*WORK REQUIRED*
Which of the lines below contain the string "IFCDIRECTION"? Copy each one.
Top of DATA SECTION
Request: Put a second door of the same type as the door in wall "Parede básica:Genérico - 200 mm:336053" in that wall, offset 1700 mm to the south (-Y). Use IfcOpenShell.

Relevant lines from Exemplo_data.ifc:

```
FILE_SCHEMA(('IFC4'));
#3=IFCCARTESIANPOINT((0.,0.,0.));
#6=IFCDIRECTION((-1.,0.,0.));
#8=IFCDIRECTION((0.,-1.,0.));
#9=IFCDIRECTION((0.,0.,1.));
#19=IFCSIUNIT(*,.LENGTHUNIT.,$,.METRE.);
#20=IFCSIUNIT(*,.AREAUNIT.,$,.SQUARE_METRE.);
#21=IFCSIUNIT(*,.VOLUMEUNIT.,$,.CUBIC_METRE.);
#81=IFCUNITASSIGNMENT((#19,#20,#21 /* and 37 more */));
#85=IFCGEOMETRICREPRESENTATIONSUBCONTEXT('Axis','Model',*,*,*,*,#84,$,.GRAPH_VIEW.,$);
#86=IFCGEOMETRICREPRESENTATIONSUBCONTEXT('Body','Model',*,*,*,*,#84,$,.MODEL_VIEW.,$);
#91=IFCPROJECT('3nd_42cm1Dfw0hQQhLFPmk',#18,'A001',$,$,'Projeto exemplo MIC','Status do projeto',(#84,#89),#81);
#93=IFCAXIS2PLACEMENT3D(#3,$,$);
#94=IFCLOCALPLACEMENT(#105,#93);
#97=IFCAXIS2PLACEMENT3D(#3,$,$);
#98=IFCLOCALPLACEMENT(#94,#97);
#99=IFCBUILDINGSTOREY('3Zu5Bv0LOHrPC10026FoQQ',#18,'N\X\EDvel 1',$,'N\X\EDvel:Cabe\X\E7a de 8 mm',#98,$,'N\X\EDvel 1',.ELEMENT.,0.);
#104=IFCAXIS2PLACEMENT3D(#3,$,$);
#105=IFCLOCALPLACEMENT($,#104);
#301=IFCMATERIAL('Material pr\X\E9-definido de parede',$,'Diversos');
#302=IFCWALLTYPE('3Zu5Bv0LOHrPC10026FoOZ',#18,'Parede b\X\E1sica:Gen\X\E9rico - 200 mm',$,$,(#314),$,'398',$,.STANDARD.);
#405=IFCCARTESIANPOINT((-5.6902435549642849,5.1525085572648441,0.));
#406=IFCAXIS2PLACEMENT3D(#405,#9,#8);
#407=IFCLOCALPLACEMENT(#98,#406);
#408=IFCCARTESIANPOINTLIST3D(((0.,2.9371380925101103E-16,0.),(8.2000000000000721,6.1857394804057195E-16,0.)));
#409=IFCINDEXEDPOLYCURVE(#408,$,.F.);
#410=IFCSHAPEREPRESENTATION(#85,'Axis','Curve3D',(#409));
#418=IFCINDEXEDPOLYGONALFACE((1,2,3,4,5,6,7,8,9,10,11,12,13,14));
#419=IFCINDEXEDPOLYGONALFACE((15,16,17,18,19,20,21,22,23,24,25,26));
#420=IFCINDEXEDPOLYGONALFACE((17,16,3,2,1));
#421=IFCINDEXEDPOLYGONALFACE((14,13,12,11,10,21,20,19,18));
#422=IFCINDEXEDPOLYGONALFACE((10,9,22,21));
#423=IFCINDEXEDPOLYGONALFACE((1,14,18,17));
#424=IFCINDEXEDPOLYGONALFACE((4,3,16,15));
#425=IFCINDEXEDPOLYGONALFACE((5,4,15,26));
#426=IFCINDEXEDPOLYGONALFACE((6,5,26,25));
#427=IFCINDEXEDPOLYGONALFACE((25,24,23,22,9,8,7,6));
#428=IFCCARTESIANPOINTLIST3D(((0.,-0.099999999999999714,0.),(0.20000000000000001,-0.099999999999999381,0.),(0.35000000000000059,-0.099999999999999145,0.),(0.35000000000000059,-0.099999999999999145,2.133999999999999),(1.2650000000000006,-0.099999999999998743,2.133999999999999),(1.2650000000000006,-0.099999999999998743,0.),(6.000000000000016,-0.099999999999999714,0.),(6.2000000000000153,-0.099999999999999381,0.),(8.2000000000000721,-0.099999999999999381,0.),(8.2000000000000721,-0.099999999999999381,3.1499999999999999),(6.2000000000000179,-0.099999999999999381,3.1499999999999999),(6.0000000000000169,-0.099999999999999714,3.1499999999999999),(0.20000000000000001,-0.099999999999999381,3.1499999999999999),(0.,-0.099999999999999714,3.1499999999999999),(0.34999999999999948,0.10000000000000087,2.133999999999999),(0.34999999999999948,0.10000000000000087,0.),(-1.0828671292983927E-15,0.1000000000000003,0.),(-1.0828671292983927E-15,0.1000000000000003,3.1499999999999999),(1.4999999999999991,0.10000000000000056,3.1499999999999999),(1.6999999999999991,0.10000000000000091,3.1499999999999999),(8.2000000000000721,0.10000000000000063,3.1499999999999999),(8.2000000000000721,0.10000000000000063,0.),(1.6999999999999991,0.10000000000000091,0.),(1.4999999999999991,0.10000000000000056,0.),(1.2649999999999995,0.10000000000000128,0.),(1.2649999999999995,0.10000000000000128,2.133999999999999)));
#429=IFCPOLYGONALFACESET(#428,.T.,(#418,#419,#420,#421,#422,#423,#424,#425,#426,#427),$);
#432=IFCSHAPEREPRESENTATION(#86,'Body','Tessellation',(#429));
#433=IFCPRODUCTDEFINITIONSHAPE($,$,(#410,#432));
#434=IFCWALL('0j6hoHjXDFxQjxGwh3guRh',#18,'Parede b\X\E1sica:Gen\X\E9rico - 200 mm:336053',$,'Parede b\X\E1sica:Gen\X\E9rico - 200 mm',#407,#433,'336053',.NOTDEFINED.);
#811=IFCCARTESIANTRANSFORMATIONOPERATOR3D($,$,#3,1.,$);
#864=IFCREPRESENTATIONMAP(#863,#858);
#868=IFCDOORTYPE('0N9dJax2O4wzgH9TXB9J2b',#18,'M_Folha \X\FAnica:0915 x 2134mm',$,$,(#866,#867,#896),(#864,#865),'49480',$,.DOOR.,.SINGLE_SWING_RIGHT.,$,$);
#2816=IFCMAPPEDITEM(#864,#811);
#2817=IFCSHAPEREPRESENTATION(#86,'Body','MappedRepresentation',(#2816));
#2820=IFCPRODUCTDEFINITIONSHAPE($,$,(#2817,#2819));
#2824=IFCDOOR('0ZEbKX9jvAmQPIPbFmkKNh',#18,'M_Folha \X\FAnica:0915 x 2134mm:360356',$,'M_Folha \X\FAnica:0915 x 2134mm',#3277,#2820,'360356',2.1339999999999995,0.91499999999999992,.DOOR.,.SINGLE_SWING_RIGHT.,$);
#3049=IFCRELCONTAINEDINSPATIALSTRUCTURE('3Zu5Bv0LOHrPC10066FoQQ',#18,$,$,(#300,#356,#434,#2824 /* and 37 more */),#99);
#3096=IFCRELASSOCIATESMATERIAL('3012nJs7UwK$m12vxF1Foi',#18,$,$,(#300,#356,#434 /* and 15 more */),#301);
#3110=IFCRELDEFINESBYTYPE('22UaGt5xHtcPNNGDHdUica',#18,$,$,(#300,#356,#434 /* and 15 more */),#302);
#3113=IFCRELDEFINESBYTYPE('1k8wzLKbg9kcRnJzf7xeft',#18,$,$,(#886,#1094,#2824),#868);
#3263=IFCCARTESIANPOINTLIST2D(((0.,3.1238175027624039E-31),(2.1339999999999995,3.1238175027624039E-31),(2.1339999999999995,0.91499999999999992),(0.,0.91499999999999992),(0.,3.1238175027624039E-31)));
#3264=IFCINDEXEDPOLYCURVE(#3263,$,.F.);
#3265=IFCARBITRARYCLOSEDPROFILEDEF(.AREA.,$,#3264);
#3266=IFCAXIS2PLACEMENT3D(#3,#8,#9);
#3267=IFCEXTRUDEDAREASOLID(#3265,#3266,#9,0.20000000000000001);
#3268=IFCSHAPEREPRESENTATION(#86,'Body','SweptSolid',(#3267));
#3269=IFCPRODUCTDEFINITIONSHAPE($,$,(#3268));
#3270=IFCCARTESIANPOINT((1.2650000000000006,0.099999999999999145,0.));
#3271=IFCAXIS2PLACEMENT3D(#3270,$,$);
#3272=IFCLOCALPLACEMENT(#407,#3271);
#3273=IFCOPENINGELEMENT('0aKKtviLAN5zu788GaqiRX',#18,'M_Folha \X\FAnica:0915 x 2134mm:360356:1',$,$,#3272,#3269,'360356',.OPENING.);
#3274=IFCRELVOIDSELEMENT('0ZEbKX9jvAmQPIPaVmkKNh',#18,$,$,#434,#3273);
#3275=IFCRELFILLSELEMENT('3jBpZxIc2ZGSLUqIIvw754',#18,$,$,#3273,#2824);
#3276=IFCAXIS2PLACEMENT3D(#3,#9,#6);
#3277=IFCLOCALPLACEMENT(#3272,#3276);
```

```python
import ifcopenshell
import ifcopenshell.api.feature
import ifcopenshell.api.geometry
import ifcopenshell.api.root
import ifcopenshell.geom
import ifcopenshell.util.element
import ifcopenshell.util.placement
import ifcopenshell.util.shape

model = ifcopenshell.open("Exemplo_data.ifc")
settings = ifcopenshell.geom.settings()


def volume(element):
    """Net volume in cubic metres, openings subtracted."""
    shape = ifcopenshell.geom.create_shape(settings, element)
    return ifcopenshell.util.shape.get_volume(shape.geometry)


def reuse_history(source, copy):
    """copy_class also copies each property set's owner history, people and application; keep the originals."""
    for rel in copy.IsDefinedBy:
        if rel.is_a("IfcRelDefinesByProperties") and (history := rel.RelatingPropertyDefinition.OwnerHistory):
            rel.RelatingPropertyDefinition.OwnerHistory = source.OwnerHistory
            ifcopenshell.util.element.remove_deep2(model, history)


door = model.by_id(2824)
opening = door.FillsVoids[0].RelatingOpeningElement
wall = opening.VoidsElements[0].RelatingBuildingElement
before = volume(wall)
shift = ifcopenshell.util.placement.get_local_placement(wall.ObjectPlacement)[:3, 0] * 1.7

# copy_class copies the void relationship, type, container and properties, but no geometry.
new_opening = ifcopenshell.api.root.copy_class(model, product=opening)
new_opening.Representation = ifcopenshell.util.element.copy_deep(
    model, opening.Representation, exclude=["IfcGeometricRepresentationContext", "IfcRepresentationMap"]
)
new_opening.Name = "M_Folha única:0915 x 2134mm"
new_opening.Tag = None
new_door = ifcopenshell.api.root.copy_class(model, product=door)
new_door.Representation = ifcopenshell.util.element.copy_deep(
    model, door.Representation, exclude=["IfcGeometricRepresentationContext", "IfcRepresentationMap"]
)
new_door.Name = "M_Folha única:0915 x 2134mm"
new_door.Tag = None
reuse_history(door, new_door)
ifcopenshell.api.feature.add_filling(model, opening=new_opening, element=new_door)

for old, new in ((opening, new_opening), (door, new_door)):
    matrix = ifcopenshell.util.placement.get_local_placement(old.ObjectPlacement)
    matrix[:3, 3] += shift
    ifcopenshell.api.geometry.edit_object_placement(model, product=new, matrix=matrix, is_si=False)

after = volume(wall)

print(f"wall volume {before:.3f} -> {after:.3f} m3")

model.write("Exemplo_data-out.ifc")
```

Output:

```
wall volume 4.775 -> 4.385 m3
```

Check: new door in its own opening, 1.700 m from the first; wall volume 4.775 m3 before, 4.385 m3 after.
Bottom of DATA SECTION
*PROBLEM SOLUTION*
#6=IFCDIRECTION((-1.,0.,0.));
#8=IFCDIRECTION((0.,-1.,0.));
#9=IFCDIRECTION((0.,0.,1.));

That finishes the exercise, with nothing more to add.